Мари тоже рассказывала Салли о Фриско, о том, что он по-прежнему слывет добрым малым в кругу своих старых друзей и неотразимым сердцеедом в кругу приисковых дам.
— Но что касается меня, дорогая, — рассмеялась Мари, — то я не принадлежу к числу его поклонниц. Тем не менее он очень мил. Приносит иногда Жану бутылочку хорошего вина и любит посидеть с нами, поболтать по-французски. Но что за язык, бог мой! Смесь французского с калгурлийским!

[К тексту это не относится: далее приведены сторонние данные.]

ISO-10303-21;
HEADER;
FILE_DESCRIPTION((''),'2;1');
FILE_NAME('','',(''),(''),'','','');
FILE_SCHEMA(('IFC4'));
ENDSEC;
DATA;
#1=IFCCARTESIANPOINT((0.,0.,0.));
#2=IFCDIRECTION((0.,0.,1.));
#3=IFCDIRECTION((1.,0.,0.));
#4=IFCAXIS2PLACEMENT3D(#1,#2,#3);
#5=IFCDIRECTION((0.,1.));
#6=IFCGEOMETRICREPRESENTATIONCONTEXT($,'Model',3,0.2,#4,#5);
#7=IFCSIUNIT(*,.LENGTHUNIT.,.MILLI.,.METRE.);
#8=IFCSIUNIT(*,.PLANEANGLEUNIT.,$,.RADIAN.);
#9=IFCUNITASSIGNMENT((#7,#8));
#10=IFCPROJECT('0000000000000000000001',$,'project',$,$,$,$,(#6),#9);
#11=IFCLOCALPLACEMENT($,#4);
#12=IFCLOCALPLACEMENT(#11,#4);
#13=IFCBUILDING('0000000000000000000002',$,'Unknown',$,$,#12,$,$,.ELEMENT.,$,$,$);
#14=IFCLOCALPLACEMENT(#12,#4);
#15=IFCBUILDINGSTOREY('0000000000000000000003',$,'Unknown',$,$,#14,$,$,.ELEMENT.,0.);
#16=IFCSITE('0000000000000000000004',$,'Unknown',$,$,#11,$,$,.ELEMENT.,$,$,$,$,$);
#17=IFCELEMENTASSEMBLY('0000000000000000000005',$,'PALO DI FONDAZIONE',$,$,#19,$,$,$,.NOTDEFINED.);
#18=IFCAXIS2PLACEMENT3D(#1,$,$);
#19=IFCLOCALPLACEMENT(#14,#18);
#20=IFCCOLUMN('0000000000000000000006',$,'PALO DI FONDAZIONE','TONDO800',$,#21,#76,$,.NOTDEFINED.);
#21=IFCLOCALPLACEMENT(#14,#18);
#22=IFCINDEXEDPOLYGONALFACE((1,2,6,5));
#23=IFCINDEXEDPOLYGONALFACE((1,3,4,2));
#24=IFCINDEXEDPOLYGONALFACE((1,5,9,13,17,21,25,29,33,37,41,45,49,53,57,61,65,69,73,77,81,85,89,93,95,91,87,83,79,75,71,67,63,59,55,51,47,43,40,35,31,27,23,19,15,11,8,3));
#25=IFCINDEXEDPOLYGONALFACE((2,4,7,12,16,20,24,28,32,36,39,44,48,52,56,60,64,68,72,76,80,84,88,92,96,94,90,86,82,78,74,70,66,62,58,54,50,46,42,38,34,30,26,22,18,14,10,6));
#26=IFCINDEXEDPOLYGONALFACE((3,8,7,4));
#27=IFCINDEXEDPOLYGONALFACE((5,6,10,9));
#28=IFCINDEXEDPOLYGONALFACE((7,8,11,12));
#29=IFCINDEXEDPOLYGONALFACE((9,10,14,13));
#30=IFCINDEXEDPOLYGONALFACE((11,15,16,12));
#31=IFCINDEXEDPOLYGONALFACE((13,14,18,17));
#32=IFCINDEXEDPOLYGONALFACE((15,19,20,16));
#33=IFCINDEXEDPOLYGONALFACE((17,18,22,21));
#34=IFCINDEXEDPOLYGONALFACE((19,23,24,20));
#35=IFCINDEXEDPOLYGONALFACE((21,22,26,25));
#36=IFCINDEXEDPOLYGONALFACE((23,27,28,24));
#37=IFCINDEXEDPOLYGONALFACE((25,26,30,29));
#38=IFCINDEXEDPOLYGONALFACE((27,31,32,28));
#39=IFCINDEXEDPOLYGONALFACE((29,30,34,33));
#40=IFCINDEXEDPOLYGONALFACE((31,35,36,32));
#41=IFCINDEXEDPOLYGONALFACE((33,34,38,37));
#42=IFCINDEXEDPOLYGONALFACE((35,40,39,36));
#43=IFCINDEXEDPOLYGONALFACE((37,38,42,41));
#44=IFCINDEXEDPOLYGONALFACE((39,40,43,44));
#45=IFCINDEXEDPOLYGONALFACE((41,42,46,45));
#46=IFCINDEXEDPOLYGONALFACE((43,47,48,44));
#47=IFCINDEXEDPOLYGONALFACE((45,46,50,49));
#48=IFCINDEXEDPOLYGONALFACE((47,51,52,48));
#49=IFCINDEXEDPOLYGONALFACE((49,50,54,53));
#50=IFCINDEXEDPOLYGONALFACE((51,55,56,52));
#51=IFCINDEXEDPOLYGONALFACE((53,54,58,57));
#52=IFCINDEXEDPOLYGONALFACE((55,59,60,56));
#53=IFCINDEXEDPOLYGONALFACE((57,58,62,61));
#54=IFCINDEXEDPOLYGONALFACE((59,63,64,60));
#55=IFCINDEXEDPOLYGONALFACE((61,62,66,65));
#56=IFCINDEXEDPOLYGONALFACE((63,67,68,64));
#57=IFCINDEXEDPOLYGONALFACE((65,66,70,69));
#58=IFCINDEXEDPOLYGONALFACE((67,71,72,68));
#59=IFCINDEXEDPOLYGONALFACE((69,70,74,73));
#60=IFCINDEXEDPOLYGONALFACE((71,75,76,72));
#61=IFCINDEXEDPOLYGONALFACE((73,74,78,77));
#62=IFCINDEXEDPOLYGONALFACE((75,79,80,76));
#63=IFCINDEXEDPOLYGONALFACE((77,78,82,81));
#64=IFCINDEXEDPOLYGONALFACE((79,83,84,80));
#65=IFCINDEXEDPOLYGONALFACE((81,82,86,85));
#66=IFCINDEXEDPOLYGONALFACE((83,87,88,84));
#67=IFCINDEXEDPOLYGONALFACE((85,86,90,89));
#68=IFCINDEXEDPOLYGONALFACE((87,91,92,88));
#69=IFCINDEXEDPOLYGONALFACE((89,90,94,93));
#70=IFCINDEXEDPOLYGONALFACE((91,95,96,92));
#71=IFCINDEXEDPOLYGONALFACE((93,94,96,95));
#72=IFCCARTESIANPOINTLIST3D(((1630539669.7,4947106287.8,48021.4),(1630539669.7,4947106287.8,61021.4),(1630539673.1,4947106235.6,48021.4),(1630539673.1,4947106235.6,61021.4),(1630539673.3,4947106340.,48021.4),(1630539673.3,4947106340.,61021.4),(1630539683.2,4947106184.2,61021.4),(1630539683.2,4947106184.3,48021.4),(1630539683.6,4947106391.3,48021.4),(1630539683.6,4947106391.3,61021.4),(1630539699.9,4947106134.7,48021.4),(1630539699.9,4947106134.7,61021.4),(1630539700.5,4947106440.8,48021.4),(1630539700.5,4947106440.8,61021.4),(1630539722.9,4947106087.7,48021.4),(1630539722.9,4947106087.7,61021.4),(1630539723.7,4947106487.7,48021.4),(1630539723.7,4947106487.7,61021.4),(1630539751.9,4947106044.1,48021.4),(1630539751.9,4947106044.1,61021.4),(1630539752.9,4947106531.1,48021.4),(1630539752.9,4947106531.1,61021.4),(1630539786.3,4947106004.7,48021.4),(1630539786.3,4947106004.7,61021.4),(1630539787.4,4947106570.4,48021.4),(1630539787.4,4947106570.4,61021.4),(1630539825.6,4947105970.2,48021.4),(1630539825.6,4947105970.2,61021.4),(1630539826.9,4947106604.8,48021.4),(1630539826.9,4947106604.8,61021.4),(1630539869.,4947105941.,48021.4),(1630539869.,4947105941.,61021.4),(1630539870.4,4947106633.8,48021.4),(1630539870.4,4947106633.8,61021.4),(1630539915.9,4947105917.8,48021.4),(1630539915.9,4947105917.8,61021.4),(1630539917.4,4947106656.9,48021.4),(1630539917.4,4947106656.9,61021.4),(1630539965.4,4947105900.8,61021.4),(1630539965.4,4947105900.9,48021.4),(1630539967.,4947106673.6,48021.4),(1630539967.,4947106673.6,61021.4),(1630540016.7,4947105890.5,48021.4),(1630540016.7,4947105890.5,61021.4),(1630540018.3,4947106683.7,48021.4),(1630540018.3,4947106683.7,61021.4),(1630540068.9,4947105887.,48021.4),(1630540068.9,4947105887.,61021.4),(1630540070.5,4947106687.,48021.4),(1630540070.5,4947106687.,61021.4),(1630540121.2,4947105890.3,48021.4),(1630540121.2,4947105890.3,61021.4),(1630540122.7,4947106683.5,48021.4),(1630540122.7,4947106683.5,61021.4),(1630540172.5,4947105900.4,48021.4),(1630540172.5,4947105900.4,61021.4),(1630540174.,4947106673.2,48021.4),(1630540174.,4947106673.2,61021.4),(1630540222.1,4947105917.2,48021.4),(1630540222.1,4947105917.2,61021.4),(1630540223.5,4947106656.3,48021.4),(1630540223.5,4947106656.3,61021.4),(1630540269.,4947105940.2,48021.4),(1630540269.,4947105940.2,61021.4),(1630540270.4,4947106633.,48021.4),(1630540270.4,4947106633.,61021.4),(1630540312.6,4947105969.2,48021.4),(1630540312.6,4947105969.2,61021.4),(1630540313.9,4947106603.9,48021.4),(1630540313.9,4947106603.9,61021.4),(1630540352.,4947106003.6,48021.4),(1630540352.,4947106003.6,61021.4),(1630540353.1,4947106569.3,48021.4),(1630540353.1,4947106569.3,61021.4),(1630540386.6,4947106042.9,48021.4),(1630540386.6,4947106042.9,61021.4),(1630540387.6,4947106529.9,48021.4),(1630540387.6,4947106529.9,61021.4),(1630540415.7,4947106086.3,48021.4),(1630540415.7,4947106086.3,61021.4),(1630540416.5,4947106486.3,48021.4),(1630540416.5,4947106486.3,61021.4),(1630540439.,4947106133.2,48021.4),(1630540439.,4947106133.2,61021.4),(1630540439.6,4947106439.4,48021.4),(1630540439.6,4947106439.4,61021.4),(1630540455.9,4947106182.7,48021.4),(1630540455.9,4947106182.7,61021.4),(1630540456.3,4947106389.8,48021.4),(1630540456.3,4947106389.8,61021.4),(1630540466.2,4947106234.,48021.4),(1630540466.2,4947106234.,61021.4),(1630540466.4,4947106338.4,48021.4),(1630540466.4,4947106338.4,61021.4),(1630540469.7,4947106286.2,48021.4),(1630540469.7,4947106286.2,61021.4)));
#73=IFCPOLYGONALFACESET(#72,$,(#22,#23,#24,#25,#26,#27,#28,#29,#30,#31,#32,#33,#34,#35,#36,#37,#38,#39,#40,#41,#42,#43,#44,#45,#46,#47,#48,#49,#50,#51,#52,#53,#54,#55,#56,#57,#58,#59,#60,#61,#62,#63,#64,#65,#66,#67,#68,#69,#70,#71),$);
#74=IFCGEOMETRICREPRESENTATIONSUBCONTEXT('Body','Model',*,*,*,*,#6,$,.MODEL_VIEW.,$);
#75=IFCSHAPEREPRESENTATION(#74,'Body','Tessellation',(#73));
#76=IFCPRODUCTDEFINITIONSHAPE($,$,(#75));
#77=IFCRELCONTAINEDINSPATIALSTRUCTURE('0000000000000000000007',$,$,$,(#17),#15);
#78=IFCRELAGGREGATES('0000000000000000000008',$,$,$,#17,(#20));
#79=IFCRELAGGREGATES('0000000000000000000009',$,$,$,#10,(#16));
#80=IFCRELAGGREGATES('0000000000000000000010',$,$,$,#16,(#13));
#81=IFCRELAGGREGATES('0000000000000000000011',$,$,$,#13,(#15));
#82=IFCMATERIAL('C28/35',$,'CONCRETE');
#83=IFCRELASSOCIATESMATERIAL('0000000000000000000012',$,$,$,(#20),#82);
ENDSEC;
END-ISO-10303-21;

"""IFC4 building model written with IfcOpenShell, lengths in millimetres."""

from ifc_helpers import new_model, si_unit, direction, frame, origin_with_axes, place, context, subcontext, project, spatial, line, indexed_curve, outline, extrude, material, element, aggregate, save


model = new_model("IFC4")

# Units and contexts
model_context = context("Model", 3, precision=0.2, world=origin_with_axes(), true_north=direction((0.0, 1.0)))
body_context = subcontext(model_context, "Body", "Model", "MODEL_VIEW")
ifc_project = project(units=[si_unit("LENGTHUNIT", "METRE", prefix="MILLI"), si_unit("PLANEANGLEUNIT", "RADIAN")], contexts=[model_context])

# Site, building, storey
site_placement = place(None, origin_with_axes())
site = spatial("IfcSite", under=ifc_project, at=site_placement, Name="Unknown", CompositionType="ELEMENT")
building_placement = place(site_placement, origin_with_axes())
building = spatial("IfcBuilding", under=site, at=building_placement, Name="Unknown", CompositionType="ELEMENT")
storey_placement = place(building_placement, origin_with_axes())
storey = spatial("IfcBuildingStorey", under=building, at=storey_placement, Name="Unknown", CompositionType="ELEMENT", Elevation=0.0)

# Element assembly, column
ifc_material_1 = material(Name="C28/35", Category="CONCRETE")
assembly_1_placement = place(storey_placement, frame((1630540069.7, 4947106287.0, 48021.4), z_axis=(0.705709, -0.708501, 0.0), x_axis=(0.0, 0.0, 1.0)))
assembly_1 = element("IfcElementAssembly", 1, at=assembly_1_placement, inside=storey, Name="PALO DI FONDAZIONE", PredefinedType="NOTDEFINED")
column_1_placement = place(assembly_1_placement, origin_with_axes())
column_1 = element("IfcColumn", 2, at=column_1_placement, material=ifc_material_1, Name="PALO DI FONDAZIONE", Description="TONDO800", PredefinedType="NOTDEFINED", context=body_context, shape_type="SolidModel", body=[
    extrude(outline(indexed_curve([(400.0, 0.0), (396.6, 52.2), (386.4, 103.5), (369.6, 153.1), (346.4, 200.0), (317.3, 243.5), (282.8, 282.8), (243.5, 317.3), (200.0, 346.4), (153.1, 369.6), (103.5, 386.4), (52.2, 396.6), (0.0, 400.0), (-52.2, 396.6), (-103.5, 386.4), (-153.1, 369.6), (-200.0, 346.4), (-243.5, 317.3), (-282.8, 282.8), (-317.3, 243.5), (-346.4, 200.0), (-369.6, 153.1), (-386.4, 103.5), (-396.6, 52.2), (-400.0, 0.0), (-396.6, -52.2), (-386.4, -103.5), (-369.6, -153.1), (-346.4, -200.0), (-317.3, -243.5), (-282.8, -282.8), (-243.5, -317.3), (-200.0, -346.4), (-153.1, -369.6), (-103.5, -386.4), (-52.2, -396.6), (0.0, -400.0), (52.2, -396.6), (103.5, -386.4), (153.1, -369.6), (200.0, -346.4), (243.5, -317.3), (282.8, -282.8), (317.3, -243.5), (346.4, -200.0), (369.6, -153.1), (386.4, -103.5), (396.6, -52.2)], segments=[line(1, 2, 3, 4, 5, 6, 7, 8, 9, 10, 11, 12, 13, 14, 15, 16, 17, 18, 19, 20, 21, 22, 23, 24, 25, 26, 27, 28, 29, 30, 31, 32, 33, 34, 35, 36, 37, 38, 39, 40, 41, 42, 43, 44, 45, 46, 47, 48, 1)])), frame((0.0, 0.0, 0.0), z_axis=(-1.0, 0.0, 0.0), x_axis=(0.0, 0.0, 1.0)), (0.0, 0.0, -1.0), 13000.0),
])
aggregate(assembly_1, [column_1])

save(model, "model.ifc")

Мари уже стала заправской портнихой.
Большинство мужчин, как установила Мари, предостерегали своих жен против мистера де Морфэ, утверждая, что он авантюрист и прохвост. Но жены в ответ на это заявляли, что зато он самый красивый мужчина в городе, а если и прохвост, то на редкость обаятельный. Мало у кого из дам хватало духу отсылать обратно виноград или персики — особенно если эти фрукты появлялись у них в самую жару — и отклонять бесчисленные мелкие услуги, которые Фриско умел оказывать с такой изысканной любезностью. В конце концов это весьма льстило женщинам, тем более что у их мужей не было ни времени, ни охоты окружать своих жен таким галантным вниманием. Золото, рудники и биржа — вот чем были заполнены все их дни и ночи. Предполагалось, что женщины должны жить интересами своих мужей и мириться с отсутствием удобств и однообразием приисковой жизни. Так оно, в сущности, и было, но все же некоторые из приисковых дам находили ухаживания мистера де Морфэ довольно приятным развлечением в их скучной супружеской жизни.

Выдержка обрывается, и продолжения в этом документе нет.